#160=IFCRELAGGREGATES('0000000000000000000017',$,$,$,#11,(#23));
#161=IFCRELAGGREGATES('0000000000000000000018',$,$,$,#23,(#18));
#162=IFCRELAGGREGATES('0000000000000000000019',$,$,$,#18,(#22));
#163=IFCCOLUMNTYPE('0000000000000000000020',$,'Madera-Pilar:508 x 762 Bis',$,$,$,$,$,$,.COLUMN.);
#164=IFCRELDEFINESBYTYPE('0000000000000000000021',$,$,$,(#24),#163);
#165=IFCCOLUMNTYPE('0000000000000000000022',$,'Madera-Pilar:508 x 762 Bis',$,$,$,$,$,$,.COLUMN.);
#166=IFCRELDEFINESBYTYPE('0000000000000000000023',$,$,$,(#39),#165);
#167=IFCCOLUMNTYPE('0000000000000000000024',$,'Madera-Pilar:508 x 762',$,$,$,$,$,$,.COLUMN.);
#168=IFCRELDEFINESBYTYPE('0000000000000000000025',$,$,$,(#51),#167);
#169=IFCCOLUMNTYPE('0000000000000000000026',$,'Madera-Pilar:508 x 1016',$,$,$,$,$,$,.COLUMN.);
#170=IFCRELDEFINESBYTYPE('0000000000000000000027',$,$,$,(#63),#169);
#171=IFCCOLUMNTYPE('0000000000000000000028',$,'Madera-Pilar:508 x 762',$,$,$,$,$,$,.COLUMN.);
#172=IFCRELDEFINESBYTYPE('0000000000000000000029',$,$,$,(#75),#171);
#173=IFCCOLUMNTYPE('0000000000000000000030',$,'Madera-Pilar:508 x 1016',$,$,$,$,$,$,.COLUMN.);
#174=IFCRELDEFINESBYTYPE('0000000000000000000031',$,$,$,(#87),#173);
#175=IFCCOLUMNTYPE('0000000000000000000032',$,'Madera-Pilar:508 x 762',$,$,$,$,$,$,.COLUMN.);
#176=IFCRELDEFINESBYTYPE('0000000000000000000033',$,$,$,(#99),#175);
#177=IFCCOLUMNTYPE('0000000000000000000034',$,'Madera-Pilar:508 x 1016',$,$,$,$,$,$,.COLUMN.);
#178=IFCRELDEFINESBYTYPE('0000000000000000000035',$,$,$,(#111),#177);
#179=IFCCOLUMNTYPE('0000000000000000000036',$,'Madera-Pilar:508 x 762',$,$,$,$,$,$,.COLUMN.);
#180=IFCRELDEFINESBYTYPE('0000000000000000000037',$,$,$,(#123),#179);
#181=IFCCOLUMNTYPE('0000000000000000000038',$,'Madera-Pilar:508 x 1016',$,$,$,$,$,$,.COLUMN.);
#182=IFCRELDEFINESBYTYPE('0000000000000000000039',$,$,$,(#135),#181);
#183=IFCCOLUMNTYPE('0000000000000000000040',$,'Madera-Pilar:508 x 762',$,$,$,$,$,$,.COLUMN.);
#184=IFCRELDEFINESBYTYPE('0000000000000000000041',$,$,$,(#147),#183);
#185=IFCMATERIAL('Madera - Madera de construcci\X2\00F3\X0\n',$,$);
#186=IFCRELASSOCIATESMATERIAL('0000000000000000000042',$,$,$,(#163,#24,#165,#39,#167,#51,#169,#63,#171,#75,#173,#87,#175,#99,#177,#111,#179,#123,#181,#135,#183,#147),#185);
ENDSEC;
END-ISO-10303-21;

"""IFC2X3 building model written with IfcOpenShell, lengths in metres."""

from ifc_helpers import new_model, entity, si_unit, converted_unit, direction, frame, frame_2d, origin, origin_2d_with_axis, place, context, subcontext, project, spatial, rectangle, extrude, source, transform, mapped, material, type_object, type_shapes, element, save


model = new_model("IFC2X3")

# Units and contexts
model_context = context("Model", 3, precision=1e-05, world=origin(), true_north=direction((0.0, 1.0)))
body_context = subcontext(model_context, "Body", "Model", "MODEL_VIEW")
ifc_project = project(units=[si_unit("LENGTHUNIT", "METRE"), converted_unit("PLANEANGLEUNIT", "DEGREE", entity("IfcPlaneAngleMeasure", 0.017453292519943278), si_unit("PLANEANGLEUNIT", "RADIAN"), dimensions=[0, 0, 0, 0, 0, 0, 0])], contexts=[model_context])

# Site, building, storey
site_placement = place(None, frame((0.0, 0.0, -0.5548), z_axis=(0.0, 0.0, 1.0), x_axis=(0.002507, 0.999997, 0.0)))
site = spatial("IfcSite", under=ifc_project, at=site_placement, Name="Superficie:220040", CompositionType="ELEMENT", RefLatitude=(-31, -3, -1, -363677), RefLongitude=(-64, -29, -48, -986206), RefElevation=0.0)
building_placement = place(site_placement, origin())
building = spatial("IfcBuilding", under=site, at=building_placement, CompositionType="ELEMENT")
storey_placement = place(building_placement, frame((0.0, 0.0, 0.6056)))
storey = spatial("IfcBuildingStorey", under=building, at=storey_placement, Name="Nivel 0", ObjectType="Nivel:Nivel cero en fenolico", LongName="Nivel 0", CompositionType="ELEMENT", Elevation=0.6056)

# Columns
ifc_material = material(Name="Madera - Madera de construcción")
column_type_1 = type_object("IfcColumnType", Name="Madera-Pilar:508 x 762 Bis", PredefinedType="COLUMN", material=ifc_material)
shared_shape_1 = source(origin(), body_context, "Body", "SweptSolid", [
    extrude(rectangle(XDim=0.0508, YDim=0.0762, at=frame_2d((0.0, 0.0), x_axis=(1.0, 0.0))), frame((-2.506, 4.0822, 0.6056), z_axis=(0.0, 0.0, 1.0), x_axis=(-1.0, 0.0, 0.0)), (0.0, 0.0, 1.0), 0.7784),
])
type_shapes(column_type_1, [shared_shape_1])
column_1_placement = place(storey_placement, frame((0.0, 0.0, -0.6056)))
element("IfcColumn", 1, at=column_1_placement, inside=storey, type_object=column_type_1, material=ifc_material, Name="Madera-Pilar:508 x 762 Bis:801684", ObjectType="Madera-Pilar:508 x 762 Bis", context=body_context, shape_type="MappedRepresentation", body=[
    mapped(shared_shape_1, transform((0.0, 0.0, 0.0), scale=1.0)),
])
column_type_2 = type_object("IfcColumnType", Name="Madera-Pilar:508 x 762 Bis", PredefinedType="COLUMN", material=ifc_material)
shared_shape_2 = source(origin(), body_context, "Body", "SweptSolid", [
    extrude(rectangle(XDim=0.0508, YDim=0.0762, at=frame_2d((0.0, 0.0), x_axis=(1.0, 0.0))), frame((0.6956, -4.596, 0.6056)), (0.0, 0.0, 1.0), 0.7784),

- **EXERCISE PROMPT**:
Copy each line of the listing in which the word "Name" can be found.

- **SOLUTION FOR THIS PROBLEM**:
site = spatial("IfcSite", under=ifc_project, at=site_placement, Name="Superficie:220040", CompositionType="ELEMENT", RefLatitude=(-31, -3, -1, -363677), RefLongitude=(-64, -29, -48, -986206), RefElevation=0.0)
storey = spatial("IfcBuildingStorey", under=building, at=storey_placement, Name="Nivel 0", ObjectType="Nivel:Nivel cero en fenolico", LongName="Nivel 0", CompositionType="ELEMENT", Elevation=0.6056)
ifc_material = material(Name="Madera - Madera de construcción")
column_type_1 = type_object("IfcColumnType", Name="Madera-Pilar:508 x 762 Bis", PredefinedType="COLUMN", material=ifc_material)
element("IfcColumn", 1, at=column_1_placement, inside=storey, type_object=column_type_1, material=ifc_material, Name="Madera-Pilar:508 x 762 Bis:801684", ObjectType="Madera-Pilar:508 x 762 Bis", context=body_context, shape_type="MappedRepresentation", body=[
column_type_2 = type_object("IfcColumnType", Name="Madera-Pilar:508 x 762 Bis", PredefinedType="COLUMN", material=ifc_material)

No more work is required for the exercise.